There are very few films in Bollywood which can qualify for both accounts of superb acting and great music. This film is one of them.
In the first half of the film, the plot is simple, even from the starting point the destination to be reached in due course can be seen, but the second half of film is full of surprises and twists. Usually when a film has a plot which is predictable one loses the interest partially if not completely; in such cases the acting has more responsibility to shoulder. The first half may have been predictable but the acting of Shammi Kapoor and Sharmila Tagore didn’t let this thing bother the viewer for a second.
Main roles are played by Shammi Kapoor and Sharmila Tagore. Shammi is Rajiv Lal and Sharmila is Champa.
The film starts from the scene where Rajiv is sitting on the stage with his mother and a huge crowd is cheering, could be anything, at first the impression is that it is a political rally but turns out that Shammi is owner of a factory and the people in front of him are employees, gathered to celebrate the silver jubilee of factory. In this scene, many things become clear to a viewer. Shammi Kapoor is playing a role of a rich man and once he has delivered his speech another fact emerges that he is not a typical kind of rich which is often portrayed in Hindi cinema. He is gentle and sort of a commie.
As it was a custom and still is in the subcontinent that when one reaches the age of twenty-five and has started earning he must be married off. The mother of Rajiv has been shown as a typical lady who holds to her old-school values staunchly. She suddenly desires that now his only son Rajiv should be married to a girl of her choice and this sudden desire of her looks a bit unnatural, not because of its content but timing. Another scheme should have been devised to jump from this final scene of initial phase to the next.
Kisi nakisi se
With this song playing in the background, Rajiv is now going to his house in Kashmir so that he no longer has any need to face his mom on his marriage issue. He meets the heroine while on his way and the first interaction between them is, however, a tad bit bizarre, but it is still as joyful to watch as it is to watch the pastoral views of the location of this film.
This film has numerous funny scenes to keep the viewer entertained;the tainted eyes of a sceptic viewer will get a good rinse by these scenes. Shammi Kapoor well-shaved, in a crisp suit and with a little shaky amble can never be assumed as an actor who could have full command of comical acting – but he has it, perfectly. The overall environment of this film, when it is not romantic, is comical.

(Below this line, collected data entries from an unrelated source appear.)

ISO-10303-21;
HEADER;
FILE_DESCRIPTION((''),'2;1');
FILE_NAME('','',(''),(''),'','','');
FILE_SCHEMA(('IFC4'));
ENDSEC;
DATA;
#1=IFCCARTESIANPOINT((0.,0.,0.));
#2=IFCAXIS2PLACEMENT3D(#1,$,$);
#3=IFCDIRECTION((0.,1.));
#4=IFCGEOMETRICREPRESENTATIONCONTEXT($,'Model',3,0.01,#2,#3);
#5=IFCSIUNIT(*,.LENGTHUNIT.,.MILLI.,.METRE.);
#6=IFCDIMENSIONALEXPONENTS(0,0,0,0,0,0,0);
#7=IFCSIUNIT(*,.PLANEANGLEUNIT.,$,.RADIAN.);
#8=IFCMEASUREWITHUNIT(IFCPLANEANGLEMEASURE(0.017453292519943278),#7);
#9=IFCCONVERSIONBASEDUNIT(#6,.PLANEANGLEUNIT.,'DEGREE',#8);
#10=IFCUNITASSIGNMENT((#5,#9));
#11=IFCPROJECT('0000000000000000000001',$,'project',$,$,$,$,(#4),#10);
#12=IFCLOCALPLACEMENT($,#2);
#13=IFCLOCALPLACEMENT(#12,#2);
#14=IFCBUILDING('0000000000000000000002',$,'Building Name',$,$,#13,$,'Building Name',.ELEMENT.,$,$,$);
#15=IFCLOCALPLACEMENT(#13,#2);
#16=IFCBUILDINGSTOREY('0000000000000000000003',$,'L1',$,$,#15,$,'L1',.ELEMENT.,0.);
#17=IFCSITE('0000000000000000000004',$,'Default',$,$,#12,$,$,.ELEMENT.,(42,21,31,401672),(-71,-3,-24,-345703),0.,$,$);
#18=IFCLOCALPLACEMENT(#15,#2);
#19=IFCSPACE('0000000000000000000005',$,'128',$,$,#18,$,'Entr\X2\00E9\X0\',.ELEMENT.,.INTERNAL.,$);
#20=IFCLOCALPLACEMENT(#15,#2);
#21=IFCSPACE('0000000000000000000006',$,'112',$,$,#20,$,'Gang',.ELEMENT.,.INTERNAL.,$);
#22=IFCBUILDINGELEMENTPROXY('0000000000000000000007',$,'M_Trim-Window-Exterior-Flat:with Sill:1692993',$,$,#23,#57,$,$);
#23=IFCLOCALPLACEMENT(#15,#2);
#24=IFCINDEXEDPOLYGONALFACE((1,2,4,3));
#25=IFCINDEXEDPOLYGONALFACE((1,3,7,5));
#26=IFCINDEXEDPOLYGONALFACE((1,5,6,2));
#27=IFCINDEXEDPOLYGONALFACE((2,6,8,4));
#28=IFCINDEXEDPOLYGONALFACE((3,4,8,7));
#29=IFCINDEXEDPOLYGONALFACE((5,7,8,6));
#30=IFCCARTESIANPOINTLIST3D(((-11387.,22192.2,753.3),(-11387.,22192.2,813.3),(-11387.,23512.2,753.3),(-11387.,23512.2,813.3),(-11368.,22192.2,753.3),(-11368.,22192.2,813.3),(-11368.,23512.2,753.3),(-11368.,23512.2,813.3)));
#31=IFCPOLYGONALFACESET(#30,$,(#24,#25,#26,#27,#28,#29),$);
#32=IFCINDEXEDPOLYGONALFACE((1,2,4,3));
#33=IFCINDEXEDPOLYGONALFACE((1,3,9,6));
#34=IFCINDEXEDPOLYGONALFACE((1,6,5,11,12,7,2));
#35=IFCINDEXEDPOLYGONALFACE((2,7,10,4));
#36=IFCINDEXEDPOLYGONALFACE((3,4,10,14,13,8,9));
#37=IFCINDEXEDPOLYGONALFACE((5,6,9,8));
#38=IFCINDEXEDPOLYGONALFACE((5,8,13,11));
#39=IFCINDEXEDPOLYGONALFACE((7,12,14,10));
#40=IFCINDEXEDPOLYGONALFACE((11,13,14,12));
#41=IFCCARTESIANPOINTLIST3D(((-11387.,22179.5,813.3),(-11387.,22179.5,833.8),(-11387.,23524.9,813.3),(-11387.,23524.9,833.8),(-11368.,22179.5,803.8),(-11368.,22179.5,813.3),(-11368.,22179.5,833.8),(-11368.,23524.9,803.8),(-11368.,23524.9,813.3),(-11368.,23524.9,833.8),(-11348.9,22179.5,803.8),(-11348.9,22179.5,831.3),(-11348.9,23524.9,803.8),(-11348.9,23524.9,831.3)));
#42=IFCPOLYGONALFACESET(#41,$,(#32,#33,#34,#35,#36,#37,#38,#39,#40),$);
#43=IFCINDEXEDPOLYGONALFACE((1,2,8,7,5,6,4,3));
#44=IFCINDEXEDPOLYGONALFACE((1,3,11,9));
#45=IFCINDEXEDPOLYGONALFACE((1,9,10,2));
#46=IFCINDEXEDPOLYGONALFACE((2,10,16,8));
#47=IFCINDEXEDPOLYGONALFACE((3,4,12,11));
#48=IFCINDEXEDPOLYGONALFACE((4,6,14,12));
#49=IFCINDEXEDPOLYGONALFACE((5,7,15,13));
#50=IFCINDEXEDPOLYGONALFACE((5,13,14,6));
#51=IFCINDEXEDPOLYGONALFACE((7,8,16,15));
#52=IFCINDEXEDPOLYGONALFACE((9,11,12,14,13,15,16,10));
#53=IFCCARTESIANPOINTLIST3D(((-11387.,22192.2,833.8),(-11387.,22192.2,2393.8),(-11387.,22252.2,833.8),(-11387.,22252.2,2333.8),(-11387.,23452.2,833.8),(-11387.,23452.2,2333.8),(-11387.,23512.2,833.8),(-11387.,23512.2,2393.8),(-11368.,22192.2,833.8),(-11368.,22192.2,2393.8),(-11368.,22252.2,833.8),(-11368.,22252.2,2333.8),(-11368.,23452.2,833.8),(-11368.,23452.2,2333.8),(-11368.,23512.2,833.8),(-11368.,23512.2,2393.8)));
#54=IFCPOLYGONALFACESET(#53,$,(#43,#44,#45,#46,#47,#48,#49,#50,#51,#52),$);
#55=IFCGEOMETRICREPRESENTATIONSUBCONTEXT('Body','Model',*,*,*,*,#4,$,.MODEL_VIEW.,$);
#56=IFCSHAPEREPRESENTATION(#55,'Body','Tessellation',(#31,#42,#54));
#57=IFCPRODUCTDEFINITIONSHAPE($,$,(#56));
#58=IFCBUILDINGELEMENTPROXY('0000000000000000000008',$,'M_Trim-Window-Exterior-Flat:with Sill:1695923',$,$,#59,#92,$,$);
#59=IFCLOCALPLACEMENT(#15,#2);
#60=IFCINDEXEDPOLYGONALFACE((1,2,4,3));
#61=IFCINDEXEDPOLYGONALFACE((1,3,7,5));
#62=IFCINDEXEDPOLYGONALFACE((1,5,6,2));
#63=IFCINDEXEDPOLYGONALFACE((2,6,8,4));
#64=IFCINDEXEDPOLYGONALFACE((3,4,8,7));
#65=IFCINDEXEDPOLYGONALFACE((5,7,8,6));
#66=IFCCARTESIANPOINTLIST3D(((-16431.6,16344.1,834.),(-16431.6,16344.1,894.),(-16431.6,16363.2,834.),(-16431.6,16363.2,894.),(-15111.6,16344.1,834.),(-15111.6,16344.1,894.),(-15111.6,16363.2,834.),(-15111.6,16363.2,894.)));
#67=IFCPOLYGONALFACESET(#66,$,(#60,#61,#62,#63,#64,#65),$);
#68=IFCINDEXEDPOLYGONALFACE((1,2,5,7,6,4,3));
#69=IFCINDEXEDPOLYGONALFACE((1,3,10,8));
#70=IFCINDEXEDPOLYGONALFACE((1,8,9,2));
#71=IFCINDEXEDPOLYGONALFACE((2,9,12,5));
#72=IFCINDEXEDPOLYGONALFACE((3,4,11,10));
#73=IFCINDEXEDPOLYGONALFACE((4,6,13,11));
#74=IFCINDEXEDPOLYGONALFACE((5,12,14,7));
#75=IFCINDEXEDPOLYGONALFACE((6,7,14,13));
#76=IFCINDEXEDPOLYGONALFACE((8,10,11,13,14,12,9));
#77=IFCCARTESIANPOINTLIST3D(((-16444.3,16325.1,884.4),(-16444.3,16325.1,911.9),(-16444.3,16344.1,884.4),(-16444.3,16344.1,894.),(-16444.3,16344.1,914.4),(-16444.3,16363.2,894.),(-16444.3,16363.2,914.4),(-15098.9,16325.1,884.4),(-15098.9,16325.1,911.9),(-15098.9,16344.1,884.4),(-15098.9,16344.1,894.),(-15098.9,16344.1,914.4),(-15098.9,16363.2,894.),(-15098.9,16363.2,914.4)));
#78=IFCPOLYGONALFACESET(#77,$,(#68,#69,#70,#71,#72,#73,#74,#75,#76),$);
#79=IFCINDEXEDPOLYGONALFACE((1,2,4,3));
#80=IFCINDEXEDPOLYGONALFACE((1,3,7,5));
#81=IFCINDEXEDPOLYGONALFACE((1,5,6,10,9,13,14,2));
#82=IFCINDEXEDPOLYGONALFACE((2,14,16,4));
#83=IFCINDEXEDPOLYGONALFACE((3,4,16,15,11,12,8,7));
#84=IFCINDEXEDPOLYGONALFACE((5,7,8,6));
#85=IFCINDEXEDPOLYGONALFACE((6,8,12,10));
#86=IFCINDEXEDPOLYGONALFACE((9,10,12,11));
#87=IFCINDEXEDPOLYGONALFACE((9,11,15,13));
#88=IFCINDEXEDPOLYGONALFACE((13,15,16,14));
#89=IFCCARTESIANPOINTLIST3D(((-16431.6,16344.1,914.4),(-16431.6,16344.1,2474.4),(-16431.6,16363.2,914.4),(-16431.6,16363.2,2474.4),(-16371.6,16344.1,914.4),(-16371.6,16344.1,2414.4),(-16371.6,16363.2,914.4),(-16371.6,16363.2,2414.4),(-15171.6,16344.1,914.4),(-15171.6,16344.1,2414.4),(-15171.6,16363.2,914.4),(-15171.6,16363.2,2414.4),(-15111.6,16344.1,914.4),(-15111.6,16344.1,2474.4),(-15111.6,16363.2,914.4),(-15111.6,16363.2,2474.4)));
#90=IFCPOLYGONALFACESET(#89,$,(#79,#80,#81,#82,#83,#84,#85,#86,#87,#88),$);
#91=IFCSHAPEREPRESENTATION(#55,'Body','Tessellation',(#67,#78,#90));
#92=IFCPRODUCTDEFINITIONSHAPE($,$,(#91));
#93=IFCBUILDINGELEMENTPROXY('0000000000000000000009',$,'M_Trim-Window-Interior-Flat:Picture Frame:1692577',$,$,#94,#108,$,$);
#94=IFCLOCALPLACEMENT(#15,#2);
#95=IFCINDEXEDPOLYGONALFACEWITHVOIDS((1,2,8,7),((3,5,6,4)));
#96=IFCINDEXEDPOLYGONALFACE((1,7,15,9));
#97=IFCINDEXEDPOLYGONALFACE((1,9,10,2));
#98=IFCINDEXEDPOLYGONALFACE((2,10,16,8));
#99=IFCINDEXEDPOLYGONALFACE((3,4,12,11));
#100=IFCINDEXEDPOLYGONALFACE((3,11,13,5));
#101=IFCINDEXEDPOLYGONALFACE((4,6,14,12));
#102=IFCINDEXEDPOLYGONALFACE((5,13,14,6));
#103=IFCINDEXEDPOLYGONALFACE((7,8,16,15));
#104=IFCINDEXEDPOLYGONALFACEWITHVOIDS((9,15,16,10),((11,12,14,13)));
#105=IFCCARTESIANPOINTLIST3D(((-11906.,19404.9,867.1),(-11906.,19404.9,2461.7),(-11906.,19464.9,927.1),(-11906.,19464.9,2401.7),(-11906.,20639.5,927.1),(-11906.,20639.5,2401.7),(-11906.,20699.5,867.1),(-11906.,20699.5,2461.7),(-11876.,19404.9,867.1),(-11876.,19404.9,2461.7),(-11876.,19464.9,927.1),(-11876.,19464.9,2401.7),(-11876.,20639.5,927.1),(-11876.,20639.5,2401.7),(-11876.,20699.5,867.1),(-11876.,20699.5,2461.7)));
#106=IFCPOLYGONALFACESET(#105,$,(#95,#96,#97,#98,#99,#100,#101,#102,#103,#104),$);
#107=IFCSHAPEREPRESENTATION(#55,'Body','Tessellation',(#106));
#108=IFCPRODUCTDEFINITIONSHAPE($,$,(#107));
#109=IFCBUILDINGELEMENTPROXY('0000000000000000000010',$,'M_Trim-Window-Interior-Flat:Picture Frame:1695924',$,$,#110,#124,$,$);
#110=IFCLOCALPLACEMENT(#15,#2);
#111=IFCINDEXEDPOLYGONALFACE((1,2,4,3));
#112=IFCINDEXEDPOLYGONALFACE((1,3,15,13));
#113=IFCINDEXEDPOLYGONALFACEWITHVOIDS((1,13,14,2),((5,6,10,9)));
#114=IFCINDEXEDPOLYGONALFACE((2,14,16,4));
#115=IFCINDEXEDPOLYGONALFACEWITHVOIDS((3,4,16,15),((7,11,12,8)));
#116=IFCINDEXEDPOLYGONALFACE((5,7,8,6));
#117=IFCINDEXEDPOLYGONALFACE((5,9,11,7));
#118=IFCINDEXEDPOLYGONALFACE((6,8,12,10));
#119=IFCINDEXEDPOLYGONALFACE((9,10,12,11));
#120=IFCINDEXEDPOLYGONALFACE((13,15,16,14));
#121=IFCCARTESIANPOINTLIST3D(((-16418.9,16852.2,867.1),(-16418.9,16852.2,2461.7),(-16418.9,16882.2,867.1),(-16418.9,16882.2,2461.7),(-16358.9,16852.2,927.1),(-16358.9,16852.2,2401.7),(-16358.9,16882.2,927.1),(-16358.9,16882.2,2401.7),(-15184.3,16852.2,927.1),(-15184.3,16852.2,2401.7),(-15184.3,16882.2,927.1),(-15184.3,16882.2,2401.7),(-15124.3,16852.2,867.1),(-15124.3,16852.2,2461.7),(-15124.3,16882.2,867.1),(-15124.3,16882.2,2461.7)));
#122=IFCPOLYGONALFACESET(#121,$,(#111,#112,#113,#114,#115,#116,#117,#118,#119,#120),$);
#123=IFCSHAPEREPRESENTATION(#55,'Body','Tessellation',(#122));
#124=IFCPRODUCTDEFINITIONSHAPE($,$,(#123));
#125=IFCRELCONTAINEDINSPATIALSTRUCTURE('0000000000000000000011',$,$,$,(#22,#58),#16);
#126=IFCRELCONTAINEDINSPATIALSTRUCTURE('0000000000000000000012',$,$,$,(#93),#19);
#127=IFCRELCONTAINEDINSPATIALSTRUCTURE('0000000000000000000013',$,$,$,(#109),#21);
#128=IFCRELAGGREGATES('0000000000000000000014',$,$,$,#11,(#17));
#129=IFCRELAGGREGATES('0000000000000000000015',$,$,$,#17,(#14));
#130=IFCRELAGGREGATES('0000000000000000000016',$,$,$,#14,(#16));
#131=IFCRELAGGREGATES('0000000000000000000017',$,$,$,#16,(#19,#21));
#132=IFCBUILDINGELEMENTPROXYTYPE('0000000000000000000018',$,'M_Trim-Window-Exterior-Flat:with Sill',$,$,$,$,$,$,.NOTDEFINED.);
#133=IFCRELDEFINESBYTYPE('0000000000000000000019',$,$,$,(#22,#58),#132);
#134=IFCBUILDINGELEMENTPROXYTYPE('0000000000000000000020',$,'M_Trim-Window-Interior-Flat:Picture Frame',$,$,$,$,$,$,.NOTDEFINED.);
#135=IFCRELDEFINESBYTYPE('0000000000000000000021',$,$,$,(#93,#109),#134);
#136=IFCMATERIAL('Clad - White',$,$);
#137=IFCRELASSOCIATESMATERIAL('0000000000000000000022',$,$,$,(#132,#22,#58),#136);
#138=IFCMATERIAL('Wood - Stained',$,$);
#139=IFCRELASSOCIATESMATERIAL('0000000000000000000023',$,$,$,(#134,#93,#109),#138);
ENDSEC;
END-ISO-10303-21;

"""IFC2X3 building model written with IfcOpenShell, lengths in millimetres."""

from ifc_helpers import new_model, entity, si_unit, converted_unit, direction, frame, frame_2d, origin, place, context, subcontext, project, spatial, polyline, rectangle, outline, extrude, source, transform, mapped, material, type_object, type_shapes, element, save


model = new_model("IFC2X3")

# Units and contexts
model_context = context("Model", 3, precision=0.01, world=origin(), true_north=direction((0.0, 1.0)))
body_context = subcontext(model_context, "Body", "Model", "MODEL_VIEW")
ifc_project = project(units=[si_unit("LENGTHUNIT", "METRE", prefix="MILLI"), converted_unit("PLANEANGLEUNIT", "DEGREE", entity("IfcPlaneAngleMeasure", 0.017453292519943278), si_unit("PLANEANGLEUNIT", "RADIAN"), dimensions=[0, 0, 0, 0, 0, 0, 0])], contexts=[model_context])

# Site, building, storey
site_placement = place(None, origin())
site = spatial("IfcSite", under=ifc_project, at=site_placement, Name="Default", CompositionType="ELEMENT", RefLatitude=(42, 21, 31, 401672), RefLongitude=(-71, -3, -24, -345703), RefElevation=0.0)
building_placement = place(site_placement, origin())
building = spatial("IfcBuilding", under=site, at=building_placement, Name="Building Name", LongName="Building Name", CompositionType="ELEMENT")
storey_placement = place(building_placement, origin())
storey = spatial("IfcBuildingStorey", under=building, at=storey_placement, Name="L1", LongName="L1", CompositionType="ELEMENT", Elevation=0.0)

# Shared definitions
ifc_material_1 = material(Name="Wood - Stained")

Sharmila Tagore who is a flower-selling girl in Kashmir develops a below-the-surface affection for Shammi Kapoor and didn’t let it out until a time, which if had been altered by the scriptwriter could have put-off the viewer. It was love at first sight from Shammi Kapoor, almost, but Sharmila only voiced it after a couple of get-togethers.
The final half of the film is full of surprises. The twists of fate and dawning of little extra-dramatic realty give the film a taste of irony and shock from the viewer’s perspective. This part of the film obviously demands a very different kind of acting from the actors who previously were immersed in their own worlds taking little notice of their surroundings. Gladly they haven’t disappointed.
The best scenes are many in this film and from every phase of it one or two can be put on display, but the most influential scene in the film remains when Rajiv has to gulp down a bitter reality about his real parentage with a big peg of single malt whisky. He doesn’t drink as another scene from the beginning of this film confirms, but here to pacify the shock of truth he finds no other way better than this.
This film is fine on emotions, good on acting and great on the storyline. It is not every day that gems like this are brought from imagination into solid reality.